Ailing Observer must watch out

The Observer’s circulation is tumbling. Its GMG parent will have to take drastic action to resurrect a brand which lacks real identity.

In the four years since the Guardian Media Group bought The Observer from Tiny Rowland’s Lonrho Group, the Sunday paper’s circulation has fallen 15 per cent from 536,900 to 458,000.

Internally, there is much debate about its future. “Many are asking why we bought the damn thing in the first place,” says a high level GMG source.

In two and a half years it has had three relaunches and three editors. Four ad agencies are pitching for The Observer’s 2m account to try to provide an advertising solution to its intractable problems.

There is also a more fundamental review of the paper going on. The editor of The Guardian and editor-in-chief of The Observer Alan Rusbridger has been drafted in to review all operations of the paper from marketing and advertising to editorial.

He is faced with the prospect of throwing more good money after bad with yet another costly relaunch and a new editorial team, or taking drastic action to recoup losses.

The Observer has had a rocky history by any national newspaper’s standards. Will Hutton’s appointment as editor was supposed to be the solution to an extended period of malaise at the paper. Analysts do not know exactly how much the paper is losing, but one estimates it to be 10m a year. The Preview section, which cost a staggering 2m to start up in September 1995, was dropped last year.

At the heart of the issue is The Observer’s relationship with its sister paper. Guardian marketing director Stephen Palmer needs to maintain the two papers as separate brands, promoting The Guardian’s Saturday paper – the day that keeps the paper’s average weekly sales so buoyant – while at the same time trying to encourage its readers to buy The Observer on a Sunday.

Part of the problem has been price difference. For years the Saturday Guardian was priced at 50p, which had been much better value for money than The Observer, which was priced at 1. Now with the Saturday Guardian priced at 70p the gap has narrowed, but the value difference is still clear.

Internally, some are worried that devoting too much attention to the Sunday paper’s travails will divert attention from The Guardian. Resources are being eaten up by The Observer in disproportion to its strength.

The revelation that Rusbridger is conducting an internal review is a further indication of the use of resources. One option is to bring The Guardian and Observer together as a seven-day operation. But there are still big problems with the product.

GMG believes the biggest is the news. In spite of its brave claim to be the “Paper for the new era”, Guardian journalists view The Observer’s news as soft and a pale imitation of The Sunday Times.

Rusbridger, who came from a features background on The Guardian, has been given the task of trying to improve the news coverage of The Observer.

The Media Centre head of media planning Nigel Conway says the title needs to go back to its roots of heavy-duty investigative journalism. But this costs money.

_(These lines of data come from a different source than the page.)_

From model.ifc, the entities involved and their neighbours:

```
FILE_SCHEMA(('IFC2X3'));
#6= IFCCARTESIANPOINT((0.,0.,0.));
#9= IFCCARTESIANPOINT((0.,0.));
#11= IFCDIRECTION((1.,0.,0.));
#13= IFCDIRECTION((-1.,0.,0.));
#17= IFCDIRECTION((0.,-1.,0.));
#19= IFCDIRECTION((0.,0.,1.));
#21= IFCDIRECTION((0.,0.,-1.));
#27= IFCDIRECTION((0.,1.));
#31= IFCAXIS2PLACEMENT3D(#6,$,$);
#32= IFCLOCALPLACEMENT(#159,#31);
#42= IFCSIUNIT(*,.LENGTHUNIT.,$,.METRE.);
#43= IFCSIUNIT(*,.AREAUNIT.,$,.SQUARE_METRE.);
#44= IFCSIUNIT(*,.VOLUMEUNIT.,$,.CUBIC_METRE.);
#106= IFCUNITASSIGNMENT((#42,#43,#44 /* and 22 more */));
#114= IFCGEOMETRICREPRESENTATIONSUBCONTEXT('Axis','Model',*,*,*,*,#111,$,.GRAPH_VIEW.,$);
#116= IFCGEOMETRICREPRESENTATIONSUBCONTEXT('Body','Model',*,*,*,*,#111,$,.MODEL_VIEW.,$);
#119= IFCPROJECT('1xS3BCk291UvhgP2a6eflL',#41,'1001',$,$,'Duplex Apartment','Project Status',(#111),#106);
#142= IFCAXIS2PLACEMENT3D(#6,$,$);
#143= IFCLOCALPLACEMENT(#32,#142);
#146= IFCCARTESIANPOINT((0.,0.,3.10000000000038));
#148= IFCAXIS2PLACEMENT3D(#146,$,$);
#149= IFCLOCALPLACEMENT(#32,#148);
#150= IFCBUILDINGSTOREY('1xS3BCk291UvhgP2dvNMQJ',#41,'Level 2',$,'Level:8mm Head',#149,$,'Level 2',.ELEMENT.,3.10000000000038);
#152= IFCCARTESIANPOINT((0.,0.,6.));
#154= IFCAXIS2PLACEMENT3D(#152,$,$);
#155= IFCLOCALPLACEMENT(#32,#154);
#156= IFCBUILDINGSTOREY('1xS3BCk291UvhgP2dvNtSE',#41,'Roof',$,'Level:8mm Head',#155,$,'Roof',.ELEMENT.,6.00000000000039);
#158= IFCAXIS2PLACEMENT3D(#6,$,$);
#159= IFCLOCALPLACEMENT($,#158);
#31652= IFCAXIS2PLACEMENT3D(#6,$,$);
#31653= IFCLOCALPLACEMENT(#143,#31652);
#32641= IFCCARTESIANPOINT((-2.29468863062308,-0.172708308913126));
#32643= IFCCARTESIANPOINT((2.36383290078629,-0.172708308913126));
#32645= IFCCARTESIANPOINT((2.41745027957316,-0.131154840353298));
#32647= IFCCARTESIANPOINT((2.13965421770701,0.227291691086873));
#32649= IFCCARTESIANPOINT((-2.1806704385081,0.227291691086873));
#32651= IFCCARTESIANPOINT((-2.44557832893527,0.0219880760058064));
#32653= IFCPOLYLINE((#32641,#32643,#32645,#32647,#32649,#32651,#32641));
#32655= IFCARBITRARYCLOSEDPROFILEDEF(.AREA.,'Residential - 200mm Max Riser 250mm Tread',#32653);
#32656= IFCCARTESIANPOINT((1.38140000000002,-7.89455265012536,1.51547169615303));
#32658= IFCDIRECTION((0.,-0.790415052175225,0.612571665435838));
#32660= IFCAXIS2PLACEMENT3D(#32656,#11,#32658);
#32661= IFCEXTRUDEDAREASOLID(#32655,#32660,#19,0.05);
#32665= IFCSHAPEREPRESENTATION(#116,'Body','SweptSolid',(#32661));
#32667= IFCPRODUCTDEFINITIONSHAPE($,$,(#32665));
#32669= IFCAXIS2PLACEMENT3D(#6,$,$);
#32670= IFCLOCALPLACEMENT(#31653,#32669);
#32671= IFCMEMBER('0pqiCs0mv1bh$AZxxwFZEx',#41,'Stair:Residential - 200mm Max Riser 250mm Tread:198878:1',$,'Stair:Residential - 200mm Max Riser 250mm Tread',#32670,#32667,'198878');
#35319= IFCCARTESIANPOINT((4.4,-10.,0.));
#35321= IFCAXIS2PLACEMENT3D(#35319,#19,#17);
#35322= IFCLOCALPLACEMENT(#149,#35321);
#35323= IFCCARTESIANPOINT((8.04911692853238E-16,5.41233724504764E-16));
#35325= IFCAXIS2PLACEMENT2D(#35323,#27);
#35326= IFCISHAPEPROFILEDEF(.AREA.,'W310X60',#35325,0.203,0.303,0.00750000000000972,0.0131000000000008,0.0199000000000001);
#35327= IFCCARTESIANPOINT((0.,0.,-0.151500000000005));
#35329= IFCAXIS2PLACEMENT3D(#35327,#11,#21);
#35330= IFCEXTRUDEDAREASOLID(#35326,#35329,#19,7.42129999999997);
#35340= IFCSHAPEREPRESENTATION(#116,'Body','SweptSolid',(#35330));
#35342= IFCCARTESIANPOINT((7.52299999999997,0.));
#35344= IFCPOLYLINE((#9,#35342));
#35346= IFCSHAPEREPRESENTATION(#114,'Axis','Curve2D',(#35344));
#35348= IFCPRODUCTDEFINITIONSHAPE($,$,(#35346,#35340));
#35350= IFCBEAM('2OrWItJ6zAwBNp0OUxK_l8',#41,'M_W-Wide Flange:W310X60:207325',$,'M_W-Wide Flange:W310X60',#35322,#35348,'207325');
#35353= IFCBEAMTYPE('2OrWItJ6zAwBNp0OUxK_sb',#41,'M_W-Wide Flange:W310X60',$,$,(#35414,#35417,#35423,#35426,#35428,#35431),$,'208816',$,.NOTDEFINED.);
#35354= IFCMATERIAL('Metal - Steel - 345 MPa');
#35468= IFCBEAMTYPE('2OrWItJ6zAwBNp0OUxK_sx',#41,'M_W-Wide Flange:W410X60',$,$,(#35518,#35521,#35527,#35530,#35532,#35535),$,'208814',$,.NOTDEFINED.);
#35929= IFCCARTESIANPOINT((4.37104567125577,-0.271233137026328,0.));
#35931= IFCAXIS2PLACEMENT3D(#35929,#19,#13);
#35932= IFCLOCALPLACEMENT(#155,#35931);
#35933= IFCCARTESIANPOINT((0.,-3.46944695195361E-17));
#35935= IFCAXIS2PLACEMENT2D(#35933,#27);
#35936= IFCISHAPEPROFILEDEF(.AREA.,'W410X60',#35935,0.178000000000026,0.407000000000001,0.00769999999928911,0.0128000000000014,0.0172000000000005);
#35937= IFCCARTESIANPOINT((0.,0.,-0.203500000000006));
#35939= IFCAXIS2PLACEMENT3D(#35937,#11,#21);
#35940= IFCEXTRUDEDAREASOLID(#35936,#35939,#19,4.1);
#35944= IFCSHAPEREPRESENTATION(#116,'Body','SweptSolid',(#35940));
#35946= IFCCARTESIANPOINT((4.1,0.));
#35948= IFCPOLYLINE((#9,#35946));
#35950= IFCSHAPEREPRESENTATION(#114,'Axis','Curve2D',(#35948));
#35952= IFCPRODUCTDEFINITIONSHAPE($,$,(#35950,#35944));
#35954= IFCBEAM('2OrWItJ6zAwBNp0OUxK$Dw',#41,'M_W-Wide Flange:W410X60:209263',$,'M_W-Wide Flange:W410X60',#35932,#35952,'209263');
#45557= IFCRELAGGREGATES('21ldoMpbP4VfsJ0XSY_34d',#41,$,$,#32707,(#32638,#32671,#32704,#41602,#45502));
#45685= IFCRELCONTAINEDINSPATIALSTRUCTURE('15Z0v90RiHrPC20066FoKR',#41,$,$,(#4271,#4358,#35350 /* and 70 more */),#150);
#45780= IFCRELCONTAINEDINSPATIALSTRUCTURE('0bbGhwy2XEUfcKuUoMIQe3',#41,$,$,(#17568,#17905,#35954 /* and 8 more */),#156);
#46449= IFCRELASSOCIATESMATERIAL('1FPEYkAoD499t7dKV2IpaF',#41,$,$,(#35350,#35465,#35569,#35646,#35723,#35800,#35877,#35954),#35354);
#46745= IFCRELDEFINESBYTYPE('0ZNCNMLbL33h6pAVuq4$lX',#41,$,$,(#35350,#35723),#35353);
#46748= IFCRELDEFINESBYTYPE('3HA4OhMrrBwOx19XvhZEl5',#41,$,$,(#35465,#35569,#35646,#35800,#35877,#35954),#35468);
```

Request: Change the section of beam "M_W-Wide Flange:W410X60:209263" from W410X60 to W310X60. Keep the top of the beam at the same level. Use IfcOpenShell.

```python
import ifcopenshell
import ifcopenshell.api.type
import ifcopenshell.util.element
import ifcopenshell.util.representation

model = ifcopenshell.open("model.ifc")

member = model.by_id(35954)
source = next(p for p in model.by_type("IfcIShapeProfileDef") if p.ProfileName == "W310X60")

body = ifcopenshell.util.representation.get_representation(member, "Model", "Body")
solid = body.Items[0]
old_profile = solid.SweptArea

# Copy the section's sizes but keep this member's own profile position.
profile = ifcopenshell.util.element.copy(model, source)
# Profiles are centred, so shift by half the change in depth to hold the top.
shift = (old_profile.OverallDepth - profile.OverallDepth) / 2
x, y = old_profile.Position.Location.Coordinates
up = (-1.0, 0.0)  # upwards, in the solid's own plane
location = model.createIfcCartesianPoint((x + up[0] * shift, y + up[1] * shift))
profile.Position = model.createIfcAxis2Placement2D(location, old_profile.Position.RefDirection)
solid.SweptArea = profile
if not model.get_total_inverses(old_profile):
    ifcopenshell.util.element.remove_deep2(model, old_profile)

new_type = model.by_guid("2OrWItJ6zAwBNp0OUxK_sb")
ifcopenshell.api.type.assign_type(
    model, related_objects=[member], relating_type=new_type, should_map_representations=False
)
member.Name = member.Name.replace("W410X60", "W310X60")
member.ObjectType = "M_W-Wide Flange:W310X60"

print(solid.SweptArea)

model.write("model_edited.ifc")
```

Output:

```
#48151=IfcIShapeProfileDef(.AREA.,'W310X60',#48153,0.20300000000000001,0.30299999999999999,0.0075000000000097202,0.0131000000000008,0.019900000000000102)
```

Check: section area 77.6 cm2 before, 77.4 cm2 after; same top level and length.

One insider on The Guardian says: “The news values are not set by Rusbridger. That is one of the main strengths of The Guardian: that it has very strong desk heads with strong news experience. Rusbridger leaves it to the experts, he is merely the human face of the paper.”

Though The Guardian management views The Observer’s Life magazine as its strongest offer, partly because it is edited by Guardian prodigy Jocelyn Targett, others in the industry see it as one of the weaker products on the Sunday market. The paper’s biggest strength is seen to be its features and analysis.

The Observer is also suffering from the problems hitting other Sunday papers. Ten years ago daily newspapers began expanding their Saturday products, increasing features and lifestyle coverage and encroaching on Sunday newspaper territory.

Since then, the biggest impact on Sunday papers is Sunday store opening. More people are doing their shopping on a Sunday and have less time to read dense newspapers. Though The Sunday Times has increased its pagination, it is highly sectionalised and articles tend to be shorter and more mid-market. The Observer, on the other hand, has remained a five-section paper with long features and less punchy news.

If Rusbridger fails to come up with viable answers, The Observer may have to be sold.

Stories began to circulate several weeks ago about a possible merger with the ailing Independent on Sunday. And there have been publicly declared bids for the title. Last year, Harrods owner Mohammed Al Fayed bid 25m for it through his media company Liberty Publishing.

In principle the Scott Trust, which owns GMG, is not against selling troubled titles. It dropped Wired magazine and is understood to be priming the Manchester Evening News for sale. But it rejected Al Fayed’s offer and chairman Hugo Young said at the time: “The Observer is not for sale.” But there are signs that Trust may not be quite so adamant now.

What The Observer really needs is a personality. GMG has sought to impose it from the outside in the guise of Hutton. He has the right public persona for the left-of-centre paper, having written a best-selling book and fronted a TV series on the same subject. However, grafting a personality on to the paper is not the solution. It gave up trying to be like The Sunday Times a long time ago; but it has not decided what to do instead.

And only when the fundamental problems associated with the product are addressed can the agencies pitching for the account hope to provide viable advertising answers.